Stored data entries:
§

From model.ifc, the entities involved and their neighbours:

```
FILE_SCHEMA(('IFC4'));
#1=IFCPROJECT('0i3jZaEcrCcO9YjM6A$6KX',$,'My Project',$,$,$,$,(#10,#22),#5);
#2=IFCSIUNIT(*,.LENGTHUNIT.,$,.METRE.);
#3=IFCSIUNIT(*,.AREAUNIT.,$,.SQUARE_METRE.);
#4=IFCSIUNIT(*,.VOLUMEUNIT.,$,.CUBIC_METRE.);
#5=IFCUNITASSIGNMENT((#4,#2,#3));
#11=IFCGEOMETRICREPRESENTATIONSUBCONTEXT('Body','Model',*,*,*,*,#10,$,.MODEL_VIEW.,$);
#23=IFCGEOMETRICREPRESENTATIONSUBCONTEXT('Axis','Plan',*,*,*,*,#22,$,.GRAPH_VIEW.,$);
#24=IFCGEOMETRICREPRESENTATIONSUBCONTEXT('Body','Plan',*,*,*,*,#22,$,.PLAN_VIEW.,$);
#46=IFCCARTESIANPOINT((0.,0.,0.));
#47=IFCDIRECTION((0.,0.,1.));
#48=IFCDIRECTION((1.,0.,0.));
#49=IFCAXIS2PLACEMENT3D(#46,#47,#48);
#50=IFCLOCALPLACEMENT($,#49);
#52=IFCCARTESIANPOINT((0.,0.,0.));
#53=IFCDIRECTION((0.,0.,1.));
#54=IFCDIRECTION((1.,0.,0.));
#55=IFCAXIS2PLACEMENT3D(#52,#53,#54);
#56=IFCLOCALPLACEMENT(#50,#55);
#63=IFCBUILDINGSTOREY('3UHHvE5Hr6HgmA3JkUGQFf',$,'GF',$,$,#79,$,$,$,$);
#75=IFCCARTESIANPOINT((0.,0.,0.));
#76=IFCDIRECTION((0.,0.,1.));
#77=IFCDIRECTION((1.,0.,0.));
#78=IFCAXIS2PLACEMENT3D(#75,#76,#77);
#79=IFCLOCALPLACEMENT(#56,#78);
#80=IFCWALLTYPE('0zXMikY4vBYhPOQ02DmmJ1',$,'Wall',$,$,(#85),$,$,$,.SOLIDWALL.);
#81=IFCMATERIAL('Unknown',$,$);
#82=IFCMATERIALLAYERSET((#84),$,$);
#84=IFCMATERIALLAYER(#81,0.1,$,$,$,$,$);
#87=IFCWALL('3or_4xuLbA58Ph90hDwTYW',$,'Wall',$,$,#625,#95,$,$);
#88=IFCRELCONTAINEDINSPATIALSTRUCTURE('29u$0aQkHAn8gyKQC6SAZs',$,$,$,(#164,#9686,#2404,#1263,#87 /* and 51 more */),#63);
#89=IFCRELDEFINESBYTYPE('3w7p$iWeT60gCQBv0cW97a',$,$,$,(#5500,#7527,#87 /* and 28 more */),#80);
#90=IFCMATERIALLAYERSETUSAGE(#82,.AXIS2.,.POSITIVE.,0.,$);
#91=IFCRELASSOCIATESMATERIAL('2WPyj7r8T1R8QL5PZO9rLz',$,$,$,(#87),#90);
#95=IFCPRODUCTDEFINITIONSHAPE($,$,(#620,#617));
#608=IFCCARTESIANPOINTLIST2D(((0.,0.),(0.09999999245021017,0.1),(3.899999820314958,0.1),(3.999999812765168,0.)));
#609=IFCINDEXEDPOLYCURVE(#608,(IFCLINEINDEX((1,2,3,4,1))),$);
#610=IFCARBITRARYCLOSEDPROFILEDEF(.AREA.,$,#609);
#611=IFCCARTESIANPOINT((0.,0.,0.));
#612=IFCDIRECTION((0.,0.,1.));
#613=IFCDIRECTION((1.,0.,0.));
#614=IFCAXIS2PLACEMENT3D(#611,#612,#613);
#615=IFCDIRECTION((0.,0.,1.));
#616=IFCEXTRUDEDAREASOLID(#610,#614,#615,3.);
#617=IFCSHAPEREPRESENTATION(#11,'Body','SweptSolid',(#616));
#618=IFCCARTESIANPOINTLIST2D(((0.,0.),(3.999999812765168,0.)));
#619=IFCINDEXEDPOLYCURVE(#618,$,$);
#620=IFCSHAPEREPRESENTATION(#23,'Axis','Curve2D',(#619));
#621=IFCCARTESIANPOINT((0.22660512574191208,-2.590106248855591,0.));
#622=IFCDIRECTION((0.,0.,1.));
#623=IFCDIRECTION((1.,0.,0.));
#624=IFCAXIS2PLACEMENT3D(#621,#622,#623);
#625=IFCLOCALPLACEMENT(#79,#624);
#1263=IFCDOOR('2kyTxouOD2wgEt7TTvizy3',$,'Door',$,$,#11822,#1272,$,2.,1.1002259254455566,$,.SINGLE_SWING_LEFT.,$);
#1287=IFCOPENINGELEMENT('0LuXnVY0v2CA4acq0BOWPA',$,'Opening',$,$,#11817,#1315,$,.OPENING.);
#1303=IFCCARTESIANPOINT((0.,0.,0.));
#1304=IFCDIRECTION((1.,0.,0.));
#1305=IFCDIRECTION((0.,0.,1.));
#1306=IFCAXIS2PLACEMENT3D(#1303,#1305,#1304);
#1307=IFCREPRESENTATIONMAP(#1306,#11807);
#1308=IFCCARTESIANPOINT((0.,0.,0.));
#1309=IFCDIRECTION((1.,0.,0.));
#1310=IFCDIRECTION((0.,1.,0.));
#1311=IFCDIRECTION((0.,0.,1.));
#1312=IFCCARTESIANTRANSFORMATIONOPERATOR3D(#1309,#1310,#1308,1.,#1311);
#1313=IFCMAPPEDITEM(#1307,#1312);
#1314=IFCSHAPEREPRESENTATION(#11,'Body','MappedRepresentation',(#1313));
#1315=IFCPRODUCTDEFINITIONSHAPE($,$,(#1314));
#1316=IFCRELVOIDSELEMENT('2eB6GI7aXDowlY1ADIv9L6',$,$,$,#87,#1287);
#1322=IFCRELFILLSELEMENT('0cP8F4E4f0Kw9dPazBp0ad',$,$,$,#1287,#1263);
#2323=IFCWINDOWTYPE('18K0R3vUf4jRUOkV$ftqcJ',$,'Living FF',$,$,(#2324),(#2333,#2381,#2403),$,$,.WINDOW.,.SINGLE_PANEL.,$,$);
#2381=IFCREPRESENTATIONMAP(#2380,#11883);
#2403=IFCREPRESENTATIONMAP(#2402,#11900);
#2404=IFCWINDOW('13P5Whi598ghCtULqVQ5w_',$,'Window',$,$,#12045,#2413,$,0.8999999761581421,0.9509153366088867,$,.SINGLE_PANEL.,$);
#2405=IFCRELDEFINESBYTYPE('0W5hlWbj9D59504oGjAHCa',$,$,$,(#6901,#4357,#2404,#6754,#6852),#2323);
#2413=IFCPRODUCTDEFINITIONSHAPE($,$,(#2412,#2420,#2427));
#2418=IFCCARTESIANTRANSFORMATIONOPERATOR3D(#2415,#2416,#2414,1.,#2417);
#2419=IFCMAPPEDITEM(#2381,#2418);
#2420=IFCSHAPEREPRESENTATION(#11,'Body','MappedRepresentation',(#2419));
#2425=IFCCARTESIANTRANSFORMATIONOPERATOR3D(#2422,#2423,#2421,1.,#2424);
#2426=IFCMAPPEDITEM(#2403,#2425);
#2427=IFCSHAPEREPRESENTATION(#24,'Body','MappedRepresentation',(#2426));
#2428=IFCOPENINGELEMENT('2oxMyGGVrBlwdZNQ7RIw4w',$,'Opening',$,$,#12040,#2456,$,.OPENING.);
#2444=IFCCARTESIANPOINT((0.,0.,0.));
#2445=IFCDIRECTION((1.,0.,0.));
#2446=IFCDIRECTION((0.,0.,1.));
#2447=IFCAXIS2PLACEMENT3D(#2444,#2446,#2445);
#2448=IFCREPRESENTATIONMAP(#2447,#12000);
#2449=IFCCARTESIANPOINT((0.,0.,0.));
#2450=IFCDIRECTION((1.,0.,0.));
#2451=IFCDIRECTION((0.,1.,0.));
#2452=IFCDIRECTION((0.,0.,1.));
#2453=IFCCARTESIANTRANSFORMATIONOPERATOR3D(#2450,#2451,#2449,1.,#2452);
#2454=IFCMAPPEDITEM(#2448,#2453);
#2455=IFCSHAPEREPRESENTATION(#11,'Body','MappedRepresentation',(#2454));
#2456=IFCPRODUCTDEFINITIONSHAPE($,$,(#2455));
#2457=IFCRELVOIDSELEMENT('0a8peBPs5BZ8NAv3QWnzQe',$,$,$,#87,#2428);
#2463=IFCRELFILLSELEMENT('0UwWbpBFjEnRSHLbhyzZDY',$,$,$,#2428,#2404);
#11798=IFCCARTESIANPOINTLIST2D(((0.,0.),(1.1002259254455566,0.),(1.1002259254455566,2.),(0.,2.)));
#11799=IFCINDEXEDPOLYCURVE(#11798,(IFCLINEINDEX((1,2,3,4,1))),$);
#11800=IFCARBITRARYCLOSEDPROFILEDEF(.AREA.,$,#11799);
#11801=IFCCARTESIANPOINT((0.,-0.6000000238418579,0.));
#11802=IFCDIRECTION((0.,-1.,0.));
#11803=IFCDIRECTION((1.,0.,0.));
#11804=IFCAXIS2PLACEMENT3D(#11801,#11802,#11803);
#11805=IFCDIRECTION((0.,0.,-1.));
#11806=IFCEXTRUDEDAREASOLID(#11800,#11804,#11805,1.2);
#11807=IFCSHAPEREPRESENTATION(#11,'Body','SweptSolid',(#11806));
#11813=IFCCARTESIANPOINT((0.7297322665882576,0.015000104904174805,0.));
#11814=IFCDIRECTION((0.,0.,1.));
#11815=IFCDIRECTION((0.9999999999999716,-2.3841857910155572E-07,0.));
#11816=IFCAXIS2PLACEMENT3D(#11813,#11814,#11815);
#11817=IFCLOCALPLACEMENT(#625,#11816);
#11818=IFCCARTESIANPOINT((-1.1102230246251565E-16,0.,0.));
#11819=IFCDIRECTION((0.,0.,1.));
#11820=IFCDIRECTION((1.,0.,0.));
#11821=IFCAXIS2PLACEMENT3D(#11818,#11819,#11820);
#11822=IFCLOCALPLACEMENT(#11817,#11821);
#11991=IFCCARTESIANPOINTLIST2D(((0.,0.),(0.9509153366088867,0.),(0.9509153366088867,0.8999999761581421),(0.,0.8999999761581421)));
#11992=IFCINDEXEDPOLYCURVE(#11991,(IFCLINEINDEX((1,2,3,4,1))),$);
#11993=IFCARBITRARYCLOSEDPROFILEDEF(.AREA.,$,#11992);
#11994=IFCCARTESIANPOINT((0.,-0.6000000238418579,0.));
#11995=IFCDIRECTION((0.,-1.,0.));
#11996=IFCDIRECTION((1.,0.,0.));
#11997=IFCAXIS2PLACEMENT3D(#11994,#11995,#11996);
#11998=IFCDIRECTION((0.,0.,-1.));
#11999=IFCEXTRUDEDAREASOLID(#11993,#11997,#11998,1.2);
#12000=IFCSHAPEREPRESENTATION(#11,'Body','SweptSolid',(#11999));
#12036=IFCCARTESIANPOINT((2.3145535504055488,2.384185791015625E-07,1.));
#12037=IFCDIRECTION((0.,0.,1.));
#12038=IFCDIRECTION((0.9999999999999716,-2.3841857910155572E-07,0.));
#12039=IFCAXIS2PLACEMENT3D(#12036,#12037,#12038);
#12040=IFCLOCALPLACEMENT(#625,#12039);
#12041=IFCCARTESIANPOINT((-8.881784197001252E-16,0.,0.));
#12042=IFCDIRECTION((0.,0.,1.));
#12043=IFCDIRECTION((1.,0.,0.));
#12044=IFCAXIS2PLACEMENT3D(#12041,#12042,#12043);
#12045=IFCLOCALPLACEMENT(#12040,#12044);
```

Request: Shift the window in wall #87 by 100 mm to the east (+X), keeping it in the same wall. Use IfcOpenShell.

```python
import ifcopenshell
import ifcopenshell.api.geometry
import ifcopenshell.util.placement

model = ifcopenshell.open("model.ifc")

window = model.by_guid("13P5Whi598ghCtULqVQ5w_")
opening = window.FillsVoids[0].RelatingOpeningElement
wall = opening.VoidsElements[0].RelatingBuildingElement

wall_matrix = ifcopenshell.util.placement.get_local_placement(wall.ObjectPlacement)
shift = wall_matrix[:3, 0] * 0.1
before = ifcopenshell.util.placement.get_local_placement(window.ObjectPlacement)[:3, 3].copy()

# The window is placed relative to its opening, so it follows when the opening moves.
matrix = ifcopenshell.util.placement.get_local_placement(opening.ObjectPlacement)
matrix[:3, 3] += shift
ifcopenshell.api.geometry.edit_object_placement(
    model, product=opening, matrix=matrix, is_si=False, should_transform_children=True
)

after = ifcopenshell.util.placement.get_local_placement(window.ObjectPlacement)[:3, 3]
print("window moved by", (after - before).round(3) + 0.0)

model.write("model-out.ifc")
```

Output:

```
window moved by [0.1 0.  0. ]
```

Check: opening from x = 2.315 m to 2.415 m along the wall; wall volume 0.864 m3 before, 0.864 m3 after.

§

■ DIRECTIONS: Return every line of the records in which the word "IFCEXTRUDEDAREASOLID" is found.

■ SOLUTION FOR THIS EXERCISE:
#616=IFCEXTRUDEDAREASOLID(#610,#614,#615,3.);
#11806=IFCEXTRUDEDAREASOLID(#11800,#11804,#11805,1.2);
#11999=IFCEXTRUDEDAREASOLID(#11993,#11997,#11998,1.2);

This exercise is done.